*What you are asked to do*. Pick out all lines with the word "POSITIVE" from the records that follow.

▼

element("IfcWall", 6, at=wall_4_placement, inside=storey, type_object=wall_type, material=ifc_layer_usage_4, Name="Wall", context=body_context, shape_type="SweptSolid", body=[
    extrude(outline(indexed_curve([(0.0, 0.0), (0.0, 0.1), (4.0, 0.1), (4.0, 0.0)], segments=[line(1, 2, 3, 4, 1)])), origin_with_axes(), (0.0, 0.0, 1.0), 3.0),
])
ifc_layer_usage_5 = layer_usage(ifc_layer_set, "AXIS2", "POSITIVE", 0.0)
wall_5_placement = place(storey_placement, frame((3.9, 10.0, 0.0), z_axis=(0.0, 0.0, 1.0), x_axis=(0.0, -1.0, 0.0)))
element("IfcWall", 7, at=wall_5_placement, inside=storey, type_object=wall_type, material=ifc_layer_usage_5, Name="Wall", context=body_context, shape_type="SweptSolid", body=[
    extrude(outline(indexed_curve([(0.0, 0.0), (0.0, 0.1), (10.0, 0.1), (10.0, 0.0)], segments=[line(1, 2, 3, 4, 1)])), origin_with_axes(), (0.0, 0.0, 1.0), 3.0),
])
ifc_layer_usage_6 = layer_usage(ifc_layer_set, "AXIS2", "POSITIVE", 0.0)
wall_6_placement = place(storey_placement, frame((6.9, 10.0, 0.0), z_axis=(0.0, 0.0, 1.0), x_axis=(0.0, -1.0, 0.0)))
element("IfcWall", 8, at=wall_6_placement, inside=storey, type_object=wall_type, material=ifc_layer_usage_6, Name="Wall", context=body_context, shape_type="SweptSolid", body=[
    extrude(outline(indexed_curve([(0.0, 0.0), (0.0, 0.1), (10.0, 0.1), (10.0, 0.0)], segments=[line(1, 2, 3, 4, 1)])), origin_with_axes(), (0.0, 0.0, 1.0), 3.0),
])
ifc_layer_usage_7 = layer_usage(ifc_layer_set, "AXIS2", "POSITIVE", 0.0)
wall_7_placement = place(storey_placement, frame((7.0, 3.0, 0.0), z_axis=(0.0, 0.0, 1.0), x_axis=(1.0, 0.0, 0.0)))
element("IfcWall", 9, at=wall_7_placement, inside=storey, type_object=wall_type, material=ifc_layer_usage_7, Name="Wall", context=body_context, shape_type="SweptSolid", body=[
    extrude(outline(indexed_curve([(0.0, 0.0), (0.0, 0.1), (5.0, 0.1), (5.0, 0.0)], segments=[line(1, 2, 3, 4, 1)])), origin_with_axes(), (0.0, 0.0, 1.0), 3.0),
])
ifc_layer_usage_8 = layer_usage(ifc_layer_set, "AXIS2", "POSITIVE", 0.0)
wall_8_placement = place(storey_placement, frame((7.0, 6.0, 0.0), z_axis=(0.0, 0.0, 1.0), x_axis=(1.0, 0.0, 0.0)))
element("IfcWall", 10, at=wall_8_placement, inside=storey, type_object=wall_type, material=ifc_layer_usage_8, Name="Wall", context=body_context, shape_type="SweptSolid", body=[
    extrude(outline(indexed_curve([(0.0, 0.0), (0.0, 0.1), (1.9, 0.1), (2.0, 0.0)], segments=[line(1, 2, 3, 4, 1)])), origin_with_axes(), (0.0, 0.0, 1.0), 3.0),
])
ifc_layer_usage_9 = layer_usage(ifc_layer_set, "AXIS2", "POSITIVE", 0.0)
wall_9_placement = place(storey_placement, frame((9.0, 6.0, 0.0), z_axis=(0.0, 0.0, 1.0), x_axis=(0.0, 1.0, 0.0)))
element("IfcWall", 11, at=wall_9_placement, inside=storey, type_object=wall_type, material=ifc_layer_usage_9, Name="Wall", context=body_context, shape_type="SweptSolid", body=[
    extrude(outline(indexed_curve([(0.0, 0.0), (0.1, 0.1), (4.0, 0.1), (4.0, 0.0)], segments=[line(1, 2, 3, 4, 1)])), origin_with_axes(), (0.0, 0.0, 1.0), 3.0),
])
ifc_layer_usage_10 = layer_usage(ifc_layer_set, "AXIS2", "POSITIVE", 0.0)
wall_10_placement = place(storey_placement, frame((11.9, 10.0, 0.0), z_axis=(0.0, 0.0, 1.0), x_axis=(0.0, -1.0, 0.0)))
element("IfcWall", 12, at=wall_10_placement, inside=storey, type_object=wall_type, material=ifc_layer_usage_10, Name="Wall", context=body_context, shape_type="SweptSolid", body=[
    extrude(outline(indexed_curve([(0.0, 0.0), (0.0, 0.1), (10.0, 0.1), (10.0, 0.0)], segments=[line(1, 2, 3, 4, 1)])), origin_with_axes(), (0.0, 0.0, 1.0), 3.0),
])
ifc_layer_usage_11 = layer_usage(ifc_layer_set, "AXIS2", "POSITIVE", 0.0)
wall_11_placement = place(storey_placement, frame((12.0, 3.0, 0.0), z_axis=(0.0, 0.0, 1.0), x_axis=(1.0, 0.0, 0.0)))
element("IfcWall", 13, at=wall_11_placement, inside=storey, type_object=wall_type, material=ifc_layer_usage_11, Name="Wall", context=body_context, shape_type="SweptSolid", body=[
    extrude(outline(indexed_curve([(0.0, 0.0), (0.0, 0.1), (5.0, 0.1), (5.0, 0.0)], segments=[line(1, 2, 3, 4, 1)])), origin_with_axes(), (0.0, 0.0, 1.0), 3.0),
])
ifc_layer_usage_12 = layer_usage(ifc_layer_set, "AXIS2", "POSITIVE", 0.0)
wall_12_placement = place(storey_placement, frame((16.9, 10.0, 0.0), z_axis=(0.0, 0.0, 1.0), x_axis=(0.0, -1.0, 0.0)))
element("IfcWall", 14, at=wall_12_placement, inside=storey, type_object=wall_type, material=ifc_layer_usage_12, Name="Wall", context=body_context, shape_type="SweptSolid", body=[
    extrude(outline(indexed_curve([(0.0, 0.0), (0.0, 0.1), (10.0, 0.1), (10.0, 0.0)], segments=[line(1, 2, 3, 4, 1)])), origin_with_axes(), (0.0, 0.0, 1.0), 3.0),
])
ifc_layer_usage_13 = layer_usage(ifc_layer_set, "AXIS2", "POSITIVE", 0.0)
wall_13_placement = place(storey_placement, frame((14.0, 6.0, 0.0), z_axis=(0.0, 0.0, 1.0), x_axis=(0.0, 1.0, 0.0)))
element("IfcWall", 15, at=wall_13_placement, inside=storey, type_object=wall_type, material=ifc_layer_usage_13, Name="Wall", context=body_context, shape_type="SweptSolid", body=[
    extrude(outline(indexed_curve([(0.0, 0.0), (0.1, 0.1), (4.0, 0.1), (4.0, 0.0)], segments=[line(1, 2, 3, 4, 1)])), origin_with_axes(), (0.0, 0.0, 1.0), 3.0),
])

▲
▼

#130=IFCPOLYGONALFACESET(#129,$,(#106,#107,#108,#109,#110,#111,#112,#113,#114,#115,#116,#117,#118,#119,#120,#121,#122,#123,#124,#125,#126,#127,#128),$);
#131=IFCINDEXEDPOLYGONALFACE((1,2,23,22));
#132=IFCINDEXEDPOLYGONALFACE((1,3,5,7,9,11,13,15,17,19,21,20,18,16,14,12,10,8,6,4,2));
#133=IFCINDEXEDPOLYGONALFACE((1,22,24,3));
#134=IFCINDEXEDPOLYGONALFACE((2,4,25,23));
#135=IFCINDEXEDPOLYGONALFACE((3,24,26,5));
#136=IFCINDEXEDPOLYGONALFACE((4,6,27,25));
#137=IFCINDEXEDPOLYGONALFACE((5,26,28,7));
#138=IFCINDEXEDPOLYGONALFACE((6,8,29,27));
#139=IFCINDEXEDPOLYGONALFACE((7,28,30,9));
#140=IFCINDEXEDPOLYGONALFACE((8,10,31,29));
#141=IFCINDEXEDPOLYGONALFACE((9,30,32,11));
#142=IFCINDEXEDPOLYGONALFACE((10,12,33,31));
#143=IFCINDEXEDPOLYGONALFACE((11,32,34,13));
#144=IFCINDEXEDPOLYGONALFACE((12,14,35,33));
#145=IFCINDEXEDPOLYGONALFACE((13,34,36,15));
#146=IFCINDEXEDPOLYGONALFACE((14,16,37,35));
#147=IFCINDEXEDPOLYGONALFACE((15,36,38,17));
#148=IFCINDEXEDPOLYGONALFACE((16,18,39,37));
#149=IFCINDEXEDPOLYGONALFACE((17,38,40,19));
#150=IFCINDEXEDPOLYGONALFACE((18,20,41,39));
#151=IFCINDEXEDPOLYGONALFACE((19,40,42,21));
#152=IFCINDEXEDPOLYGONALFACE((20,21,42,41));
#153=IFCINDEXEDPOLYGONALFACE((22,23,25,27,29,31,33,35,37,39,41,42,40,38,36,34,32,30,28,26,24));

▲

*Solution to the exercise*.
ifc_layer_usage_5 = layer_usage(ifc_layer_set, "AXIS2", "POSITIVE", 0.0)
ifc_layer_usage_6 = layer_usage(ifc_layer_set, "AXIS2", "POSITIVE", 0.0)
ifc_layer_usage_7 = layer_usage(ifc_layer_set, "AXIS2", "POSITIVE", 0.0)
ifc_layer_usage_8 = layer_usage(ifc_layer_set, "AXIS2", "POSITIVE", 0.0)
ifc_layer_usage_9 = layer_usage(ifc_layer_set, "AXIS2", "POSITIVE", 0.0)
ifc_layer_usage_10 = layer_usage(ifc_layer_set, "AXIS2", "POSITIVE", 0.0)
ifc_layer_usage_11 = layer_usage(ifc_layer_set, "AXIS2", "POSITIVE", 0.0)
ifc_layer_usage_12 = layer_usage(ifc_layer_set, "AXIS2", "POSITIVE", 0.0)
ifc_layer_usage_13 = layer_usage(ifc_layer_set, "AXIS2", "POSITIVE", 0.0)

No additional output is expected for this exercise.